Open Access badges in a bow on the table. The one in the middle says: "Ask me about open access"

Join us for a series of events (with tea, coffee and cakes) celebrating Open Access Week 2017 at the University of Sydney Library!

What’s on?

We are holding talks, drop-in sessions and social events from 23 to 27 October celebrating open access good news stories at Sydney University, and also looking at the ways that open access impacts research, education and publishing.

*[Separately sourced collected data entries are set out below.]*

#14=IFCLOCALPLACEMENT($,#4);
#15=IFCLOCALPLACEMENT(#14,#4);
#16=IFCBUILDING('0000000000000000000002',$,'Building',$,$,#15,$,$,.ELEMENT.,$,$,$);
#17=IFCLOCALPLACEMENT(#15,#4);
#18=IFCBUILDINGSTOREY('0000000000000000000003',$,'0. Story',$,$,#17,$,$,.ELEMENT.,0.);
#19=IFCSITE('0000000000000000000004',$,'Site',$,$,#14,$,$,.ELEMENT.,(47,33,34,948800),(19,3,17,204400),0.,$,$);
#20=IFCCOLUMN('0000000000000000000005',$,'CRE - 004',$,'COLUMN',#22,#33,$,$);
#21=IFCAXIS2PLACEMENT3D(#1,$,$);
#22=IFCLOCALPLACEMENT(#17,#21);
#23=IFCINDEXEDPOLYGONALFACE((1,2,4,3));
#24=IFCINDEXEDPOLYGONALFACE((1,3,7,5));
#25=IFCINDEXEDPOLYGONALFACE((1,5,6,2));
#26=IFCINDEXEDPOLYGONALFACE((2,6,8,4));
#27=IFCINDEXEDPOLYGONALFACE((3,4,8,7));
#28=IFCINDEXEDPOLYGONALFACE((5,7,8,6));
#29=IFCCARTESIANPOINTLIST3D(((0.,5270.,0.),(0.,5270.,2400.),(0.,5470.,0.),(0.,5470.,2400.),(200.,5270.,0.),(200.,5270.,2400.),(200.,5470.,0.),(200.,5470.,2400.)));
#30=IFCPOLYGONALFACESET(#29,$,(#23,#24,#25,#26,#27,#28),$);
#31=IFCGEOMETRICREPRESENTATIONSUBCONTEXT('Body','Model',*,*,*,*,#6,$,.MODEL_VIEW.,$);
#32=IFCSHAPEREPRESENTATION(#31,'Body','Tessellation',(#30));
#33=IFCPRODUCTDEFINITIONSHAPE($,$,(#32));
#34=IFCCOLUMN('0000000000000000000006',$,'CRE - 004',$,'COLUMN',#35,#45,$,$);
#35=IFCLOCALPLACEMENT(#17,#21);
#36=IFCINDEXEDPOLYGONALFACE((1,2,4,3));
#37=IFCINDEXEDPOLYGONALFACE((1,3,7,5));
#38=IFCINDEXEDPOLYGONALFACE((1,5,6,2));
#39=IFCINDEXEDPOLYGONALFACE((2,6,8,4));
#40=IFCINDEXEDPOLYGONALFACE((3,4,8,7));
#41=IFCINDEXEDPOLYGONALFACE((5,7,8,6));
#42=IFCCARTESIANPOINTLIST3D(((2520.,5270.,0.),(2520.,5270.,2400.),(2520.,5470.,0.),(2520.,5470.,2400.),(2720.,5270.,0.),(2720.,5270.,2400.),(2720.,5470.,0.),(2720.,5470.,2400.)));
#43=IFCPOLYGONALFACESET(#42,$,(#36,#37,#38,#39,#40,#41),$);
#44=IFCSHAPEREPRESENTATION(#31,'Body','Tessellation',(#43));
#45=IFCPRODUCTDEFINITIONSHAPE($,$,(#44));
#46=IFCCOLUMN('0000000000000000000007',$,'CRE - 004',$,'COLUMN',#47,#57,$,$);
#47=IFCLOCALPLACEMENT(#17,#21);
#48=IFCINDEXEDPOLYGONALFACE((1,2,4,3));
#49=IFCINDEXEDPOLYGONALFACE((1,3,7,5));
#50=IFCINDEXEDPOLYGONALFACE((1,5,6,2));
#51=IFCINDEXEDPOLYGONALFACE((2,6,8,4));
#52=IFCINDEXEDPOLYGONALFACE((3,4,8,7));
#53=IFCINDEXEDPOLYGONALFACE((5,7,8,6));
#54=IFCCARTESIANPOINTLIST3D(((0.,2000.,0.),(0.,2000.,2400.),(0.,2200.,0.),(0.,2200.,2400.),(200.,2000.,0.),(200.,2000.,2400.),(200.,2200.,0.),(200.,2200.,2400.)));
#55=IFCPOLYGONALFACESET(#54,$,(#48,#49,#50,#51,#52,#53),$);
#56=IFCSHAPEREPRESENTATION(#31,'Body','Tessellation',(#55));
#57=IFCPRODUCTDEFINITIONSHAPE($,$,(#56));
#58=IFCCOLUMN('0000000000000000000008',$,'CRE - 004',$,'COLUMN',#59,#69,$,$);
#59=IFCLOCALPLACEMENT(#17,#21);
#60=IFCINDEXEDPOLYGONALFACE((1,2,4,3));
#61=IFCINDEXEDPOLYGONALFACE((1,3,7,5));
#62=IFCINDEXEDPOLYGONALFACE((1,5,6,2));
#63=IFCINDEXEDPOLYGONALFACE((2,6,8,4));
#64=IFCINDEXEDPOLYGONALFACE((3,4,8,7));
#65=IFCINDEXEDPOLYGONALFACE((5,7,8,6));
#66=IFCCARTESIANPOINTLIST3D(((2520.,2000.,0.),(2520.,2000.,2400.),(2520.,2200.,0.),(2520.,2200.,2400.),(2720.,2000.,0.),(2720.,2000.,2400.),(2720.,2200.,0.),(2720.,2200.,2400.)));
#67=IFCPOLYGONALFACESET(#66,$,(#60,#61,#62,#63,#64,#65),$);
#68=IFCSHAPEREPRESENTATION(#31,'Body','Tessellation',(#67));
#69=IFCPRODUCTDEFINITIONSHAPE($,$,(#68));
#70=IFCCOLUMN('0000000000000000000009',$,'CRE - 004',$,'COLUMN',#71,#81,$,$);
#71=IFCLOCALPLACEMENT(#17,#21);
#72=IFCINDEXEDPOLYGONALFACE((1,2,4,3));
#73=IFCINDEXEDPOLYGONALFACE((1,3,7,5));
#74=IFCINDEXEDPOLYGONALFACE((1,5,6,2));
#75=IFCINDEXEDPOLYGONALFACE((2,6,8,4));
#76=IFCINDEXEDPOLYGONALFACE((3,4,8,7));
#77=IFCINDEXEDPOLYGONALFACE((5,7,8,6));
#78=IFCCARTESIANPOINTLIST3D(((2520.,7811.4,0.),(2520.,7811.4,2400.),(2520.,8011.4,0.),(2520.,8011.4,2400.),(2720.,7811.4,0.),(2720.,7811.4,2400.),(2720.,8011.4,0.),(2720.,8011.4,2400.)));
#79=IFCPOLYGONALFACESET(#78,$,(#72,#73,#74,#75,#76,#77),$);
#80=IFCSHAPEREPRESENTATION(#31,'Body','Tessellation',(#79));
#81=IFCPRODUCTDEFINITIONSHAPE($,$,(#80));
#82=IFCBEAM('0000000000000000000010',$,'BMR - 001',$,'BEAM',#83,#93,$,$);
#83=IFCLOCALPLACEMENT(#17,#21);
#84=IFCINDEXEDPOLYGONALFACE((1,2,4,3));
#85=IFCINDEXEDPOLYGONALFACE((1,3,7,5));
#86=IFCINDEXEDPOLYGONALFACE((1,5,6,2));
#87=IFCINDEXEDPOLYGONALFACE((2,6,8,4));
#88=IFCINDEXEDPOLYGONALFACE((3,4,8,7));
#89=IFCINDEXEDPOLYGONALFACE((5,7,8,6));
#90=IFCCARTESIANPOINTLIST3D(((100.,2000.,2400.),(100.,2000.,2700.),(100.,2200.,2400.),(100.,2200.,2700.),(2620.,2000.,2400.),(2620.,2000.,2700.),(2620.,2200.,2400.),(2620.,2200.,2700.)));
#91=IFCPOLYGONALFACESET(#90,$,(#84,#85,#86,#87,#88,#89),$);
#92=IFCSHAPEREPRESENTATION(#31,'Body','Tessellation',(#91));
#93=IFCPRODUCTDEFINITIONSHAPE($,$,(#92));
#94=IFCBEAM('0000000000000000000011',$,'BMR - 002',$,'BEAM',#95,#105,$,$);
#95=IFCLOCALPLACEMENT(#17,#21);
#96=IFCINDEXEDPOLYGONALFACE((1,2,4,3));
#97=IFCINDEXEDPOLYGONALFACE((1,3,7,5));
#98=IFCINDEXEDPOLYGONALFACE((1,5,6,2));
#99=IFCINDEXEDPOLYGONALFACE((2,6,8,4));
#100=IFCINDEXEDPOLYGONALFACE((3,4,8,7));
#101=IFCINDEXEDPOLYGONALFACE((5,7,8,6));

We have lined up a number of speakers to discuss copyright, open access publishing, open data and open education. At the drop-in sessions you can ask for advice and set up your ORCID profile. We will also be holding an ‘orange’ themed morning tea! So dig out some orange clothing and join in.

Open in order to…

The theme for this year’s 10th International Open Access Week “Open in order to…” focuses on the benefits of open access for scholarship, education, policy and practice. So, what does “Open in order to…” conjure up in your mind? Why not come along to an event or two during Open Access Week and learn what we’re “Open to…

Date/Time/Location Event Presenters
Monday 23 Oct


Fisher Library, Seminar Room 218

OA Good News Stories

Register for this event

Opening Access to Medicines – how open access can make drugs more accessible and how undergraduates and high school students can be involved in their discovery

Dr Kieron Rooney (Health Sciences) and Dr Alice Williamson (Science)
Monday 23 Oct


Fisher Library, Seminar Room 218

OA Good News Stories

Register for this event

Open-access publishing and preprint servers are growing in popularity among biologists. I will provide an overview of the different preprint servers that are available for the biological sciences, and the costs and options for open-access publishing for different types of research papers.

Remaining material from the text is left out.